By running the code above, simPM will map out the possible item-level PHPM designs and determine whether the cost of each design is within the remaining budget limit. Please note that when we specify methods = "item", simPM() will only map out the balanced item-level PHPM designs. They are balanced in the sense that each missing data pattern has the same number of missing observed measurements. For more information about imbalanced item-level PHPM designs, please refer to forward assembly.

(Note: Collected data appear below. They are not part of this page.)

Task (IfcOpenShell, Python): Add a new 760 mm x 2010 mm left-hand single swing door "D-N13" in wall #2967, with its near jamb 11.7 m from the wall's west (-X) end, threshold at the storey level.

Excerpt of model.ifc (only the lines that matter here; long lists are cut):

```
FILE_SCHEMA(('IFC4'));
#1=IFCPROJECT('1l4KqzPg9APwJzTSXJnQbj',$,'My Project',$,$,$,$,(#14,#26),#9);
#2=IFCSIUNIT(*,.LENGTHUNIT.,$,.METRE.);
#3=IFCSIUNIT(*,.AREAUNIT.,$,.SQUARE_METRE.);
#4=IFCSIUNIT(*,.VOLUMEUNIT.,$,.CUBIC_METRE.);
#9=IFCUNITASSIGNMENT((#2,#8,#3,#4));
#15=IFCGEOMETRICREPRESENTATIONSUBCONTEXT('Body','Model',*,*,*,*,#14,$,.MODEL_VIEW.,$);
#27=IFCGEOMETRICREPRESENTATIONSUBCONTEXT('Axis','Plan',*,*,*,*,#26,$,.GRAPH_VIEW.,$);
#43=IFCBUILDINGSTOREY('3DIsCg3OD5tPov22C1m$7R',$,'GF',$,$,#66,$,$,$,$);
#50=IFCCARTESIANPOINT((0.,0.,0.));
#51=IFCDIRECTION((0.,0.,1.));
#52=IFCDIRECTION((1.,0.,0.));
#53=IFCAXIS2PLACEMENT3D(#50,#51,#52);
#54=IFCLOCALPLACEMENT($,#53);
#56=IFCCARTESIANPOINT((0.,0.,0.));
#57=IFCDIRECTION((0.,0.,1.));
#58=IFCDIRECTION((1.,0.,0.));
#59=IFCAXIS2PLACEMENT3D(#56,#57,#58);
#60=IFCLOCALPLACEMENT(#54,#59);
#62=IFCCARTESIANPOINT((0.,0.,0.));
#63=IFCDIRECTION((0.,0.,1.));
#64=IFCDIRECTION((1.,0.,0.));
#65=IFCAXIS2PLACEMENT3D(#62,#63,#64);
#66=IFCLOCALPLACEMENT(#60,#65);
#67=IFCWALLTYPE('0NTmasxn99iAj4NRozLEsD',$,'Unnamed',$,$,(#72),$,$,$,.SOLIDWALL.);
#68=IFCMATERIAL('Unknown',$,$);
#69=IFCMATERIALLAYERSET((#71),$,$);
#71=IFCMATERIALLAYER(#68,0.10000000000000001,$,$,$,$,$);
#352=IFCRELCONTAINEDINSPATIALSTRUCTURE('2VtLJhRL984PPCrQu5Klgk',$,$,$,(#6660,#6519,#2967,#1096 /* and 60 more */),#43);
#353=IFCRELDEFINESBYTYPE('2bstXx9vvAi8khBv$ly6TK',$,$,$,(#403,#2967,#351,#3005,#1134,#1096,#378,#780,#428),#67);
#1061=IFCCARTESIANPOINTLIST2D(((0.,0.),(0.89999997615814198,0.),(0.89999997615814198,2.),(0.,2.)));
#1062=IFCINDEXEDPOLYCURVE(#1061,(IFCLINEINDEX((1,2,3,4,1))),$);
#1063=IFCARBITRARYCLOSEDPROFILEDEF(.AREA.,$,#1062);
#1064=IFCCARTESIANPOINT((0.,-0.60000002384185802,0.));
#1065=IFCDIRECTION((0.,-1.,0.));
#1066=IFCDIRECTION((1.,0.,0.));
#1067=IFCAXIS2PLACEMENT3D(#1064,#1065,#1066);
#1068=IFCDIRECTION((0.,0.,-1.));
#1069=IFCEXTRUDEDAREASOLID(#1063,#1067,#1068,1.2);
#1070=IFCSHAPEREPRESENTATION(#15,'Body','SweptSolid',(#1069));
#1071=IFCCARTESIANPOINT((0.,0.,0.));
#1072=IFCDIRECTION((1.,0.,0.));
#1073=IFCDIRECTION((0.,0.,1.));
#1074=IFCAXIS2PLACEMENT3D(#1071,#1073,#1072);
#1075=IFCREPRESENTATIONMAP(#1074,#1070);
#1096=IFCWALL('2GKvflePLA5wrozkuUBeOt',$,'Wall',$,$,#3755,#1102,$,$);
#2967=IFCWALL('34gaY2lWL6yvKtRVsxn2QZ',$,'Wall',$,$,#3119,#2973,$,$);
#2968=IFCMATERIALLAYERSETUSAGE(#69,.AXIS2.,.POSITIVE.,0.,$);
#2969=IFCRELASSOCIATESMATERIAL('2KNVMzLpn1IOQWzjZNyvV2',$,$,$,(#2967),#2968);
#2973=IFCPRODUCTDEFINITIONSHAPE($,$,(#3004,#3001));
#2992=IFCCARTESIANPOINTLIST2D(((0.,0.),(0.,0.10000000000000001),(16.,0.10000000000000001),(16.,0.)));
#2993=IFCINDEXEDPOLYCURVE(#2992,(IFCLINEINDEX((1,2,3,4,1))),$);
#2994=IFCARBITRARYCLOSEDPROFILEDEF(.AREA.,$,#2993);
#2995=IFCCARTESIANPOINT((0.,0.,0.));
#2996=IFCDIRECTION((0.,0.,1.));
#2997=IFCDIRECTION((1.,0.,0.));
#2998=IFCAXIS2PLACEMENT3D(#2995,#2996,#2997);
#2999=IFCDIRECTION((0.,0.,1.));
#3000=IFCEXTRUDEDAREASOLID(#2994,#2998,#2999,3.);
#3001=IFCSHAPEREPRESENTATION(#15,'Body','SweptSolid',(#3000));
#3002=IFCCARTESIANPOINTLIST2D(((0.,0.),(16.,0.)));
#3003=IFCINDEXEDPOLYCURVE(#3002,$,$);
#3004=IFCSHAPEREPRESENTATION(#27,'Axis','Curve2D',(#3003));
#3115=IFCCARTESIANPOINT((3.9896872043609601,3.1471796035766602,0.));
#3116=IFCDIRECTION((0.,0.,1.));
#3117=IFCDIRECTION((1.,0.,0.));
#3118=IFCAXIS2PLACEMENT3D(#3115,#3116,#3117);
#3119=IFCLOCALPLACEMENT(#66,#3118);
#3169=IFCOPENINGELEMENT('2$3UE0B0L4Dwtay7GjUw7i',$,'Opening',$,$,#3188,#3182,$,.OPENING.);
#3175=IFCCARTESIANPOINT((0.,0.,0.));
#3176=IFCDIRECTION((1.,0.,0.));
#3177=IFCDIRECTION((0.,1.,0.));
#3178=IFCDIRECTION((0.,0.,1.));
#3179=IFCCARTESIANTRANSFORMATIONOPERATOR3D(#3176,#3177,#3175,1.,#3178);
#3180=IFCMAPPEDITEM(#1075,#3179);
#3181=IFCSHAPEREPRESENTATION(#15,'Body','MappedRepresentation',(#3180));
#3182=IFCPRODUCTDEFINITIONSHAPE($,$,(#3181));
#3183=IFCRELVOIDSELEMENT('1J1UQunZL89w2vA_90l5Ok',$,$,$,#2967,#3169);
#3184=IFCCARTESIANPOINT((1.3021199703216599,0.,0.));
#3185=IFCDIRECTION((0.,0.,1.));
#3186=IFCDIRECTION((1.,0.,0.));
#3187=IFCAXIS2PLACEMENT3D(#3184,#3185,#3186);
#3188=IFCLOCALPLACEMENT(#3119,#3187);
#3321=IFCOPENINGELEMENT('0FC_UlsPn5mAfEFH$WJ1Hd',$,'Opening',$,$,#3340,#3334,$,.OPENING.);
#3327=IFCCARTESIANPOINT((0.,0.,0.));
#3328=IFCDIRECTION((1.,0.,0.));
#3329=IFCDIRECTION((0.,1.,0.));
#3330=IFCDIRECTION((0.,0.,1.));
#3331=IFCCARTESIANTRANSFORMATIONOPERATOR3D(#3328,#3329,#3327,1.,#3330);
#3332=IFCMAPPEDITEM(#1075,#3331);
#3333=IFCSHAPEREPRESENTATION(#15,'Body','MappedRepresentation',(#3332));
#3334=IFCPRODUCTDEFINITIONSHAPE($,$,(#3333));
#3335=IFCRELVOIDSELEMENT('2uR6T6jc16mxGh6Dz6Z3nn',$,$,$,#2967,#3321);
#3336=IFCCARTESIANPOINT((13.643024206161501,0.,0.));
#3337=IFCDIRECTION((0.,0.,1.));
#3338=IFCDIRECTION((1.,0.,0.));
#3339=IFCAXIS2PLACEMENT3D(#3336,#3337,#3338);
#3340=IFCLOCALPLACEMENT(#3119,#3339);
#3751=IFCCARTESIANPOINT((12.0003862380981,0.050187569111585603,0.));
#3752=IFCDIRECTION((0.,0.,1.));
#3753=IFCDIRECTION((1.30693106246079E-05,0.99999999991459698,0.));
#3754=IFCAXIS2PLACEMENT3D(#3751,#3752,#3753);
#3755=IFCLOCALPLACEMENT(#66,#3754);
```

```python
import numpy as np
import ifcopenshell
import ifcopenshell.api.feature
import ifcopenshell.api.geometry
import ifcopenshell.api.root
import ifcopenshell.api.spatial
import ifcopenshell.geom
import ifcopenshell.util.element
import ifcopenshell.util.placement
import ifcopenshell.util.representation
import ifcopenshell.util.shape
import ifcopenshell.util.unit

model = ifcopenshell.open("model.ifc")
unit_scale = ifcopenshell.util.unit.calculate_unit_scale(model)
settings = ifcopenshell.geom.settings()


def volume(element):
    """Net volume in cubic metres, openings subtracted."""
    shape = ifcopenshell.geom.create_shape(settings, element)
    return ifcopenshell.util.shape.get_volume(shape.geometry)


wall = model.by_id(2967)
storey = ifcopenshell.util.element.get_container(wall, ifc_class="IfcBuildingStorey")
context = ifcopenshell.util.representation.get_context(model, "Model", "Body", "MODEL_VIEW")
before = volume(wall)

width, height, from_end, sill = 0.76, 2.01, 11.7, 0.0  # metres

# The wall runs along its own X axis, and the end named is its -X end.
wall_shape = ifcopenshell.geom.create_shape(settings, wall)
x, y, z = ifcopenshell.util.shape.get_vertices(wall_shape.geometry).T
start = x.min() + from_end
face, thickness = float(y.min()), float(y.max() - y.min())
wall_matrix = ifcopenshell.util.placement.get_local_placement(wall.ObjectPlacement)
level = ifcopenshell.util.placement.get_local_placement(storey.ObjectPlacement)[2, 3]


def in_wall(x, y):
    """Placement at x, y metres in the wall's axes, at sill height."""
    matrix = wall_matrix.copy()
    matrix[:, 3] = wall_matrix @ np.array([x / unit_scale, y / unit_scale, 0.0, 1.0])
    matrix[2, 3] = level + sill / unit_scale
    return matrix


# Opening: a box that overshoots both wall faces by 50 mm.
opening = ifcopenshell.api.root.create_entity(model, ifc_class="IfcOpeningElement", predefined_type="OPENING")
box = ifcopenshell.api.geometry.add_wall_representation(
    model, context=context, length=width, height=height, thickness=thickness + 0.1
)
ifcopenshell.api.geometry.assign_representation(model, product=opening, representation=box)
ifcopenshell.api.geometry.edit_object_placement(model, product=opening, matrix=in_wall(start, face - 0.05), is_si=False)
ifcopenshell.api.feature.add_feature(model, feature=opening, element=wall)

door = ifcopenshell.api.root.create_entity(model, ifc_class="IfcDoor", name="D-N13", predefined_type="DOOR")
door.OverallWidth, door.OverallHeight = width / unit_scale, height / unit_scale
door.OperationType = "SINGLE_SWING_LEFT"
body = ifcopenshell.api.geometry.add_door_representation(
    model,
    context=context,
    overall_width=door.OverallWidth,
    overall_height=door.OverallHeight,
    operation_type="SINGLE_SWING_LEFT",
    lining_properties={"LiningDepth": thickness / unit_scale, "ThresholdDepth": thickness / unit_scale},
)
ifcopenshell.api.geometry.assign_representation(model, product=door, representation=body)
ifcopenshell.api.spatial.assign_container(model, products=[door], relating_structure=storey)
ifcopenshell.api.feature.add_filling(model, opening=opening, element=door)

# The lining spans the wall, so the door starts at the wall face.
ifcopenshell.api.geometry.edit_object_placement(model, product=door, matrix=in_wall(start, face), is_si=False)

after = volume(wall)

print(f"wall volume {before:.3f} -> {after:.3f} m3")

model.write("model_v2.ifc")
```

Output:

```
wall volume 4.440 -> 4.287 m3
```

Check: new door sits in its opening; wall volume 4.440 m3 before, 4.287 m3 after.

The program will run Monte Carlo simulations for the plausible designs that cost less than the remaining amount of funding. Comparisons are made among the plausible designs. The design that yields higher empirical statistical power with regard to the focal parameters will be selected as the optimal balanced item-level PHPM design.

setwd("C:/Users/yifeng94/Desktop/simPM/simPM-git/examples")
load("item.ex2_r1.rda")
library(simPM)

In this example, given the budget constraints, there are five plausible balanced item-level PHPM designs. The program thus has run simulations for all the five plausible designs and made comparisons across the designs. The optimal design among the 5 balanced item-level missing designs will cost \$61,830, which is below the reduced available budget.

From the output, we can see that 10% of the participants are assigned to provide complete data across all the future waves of data collection. The rest 90% of the participants are randomly assigned to one of the 126 unique missing data patterns ($n=8$ in each pattern). In each missing data pattern, the participants are assigned to miss four observed indicators (items) in the future waves of data collection (e.g., father and mother report at wave 2 as well as father and teacher report at wave 3).

Over 1000 replications, this design yields an empirical power of 1 for testing the mean intercept (interc~1), the mean slope (slope~1), and the intercept variance (interc~~interc). The empirical statistical power for testing the slope variance (slope~~slope) is 0.79.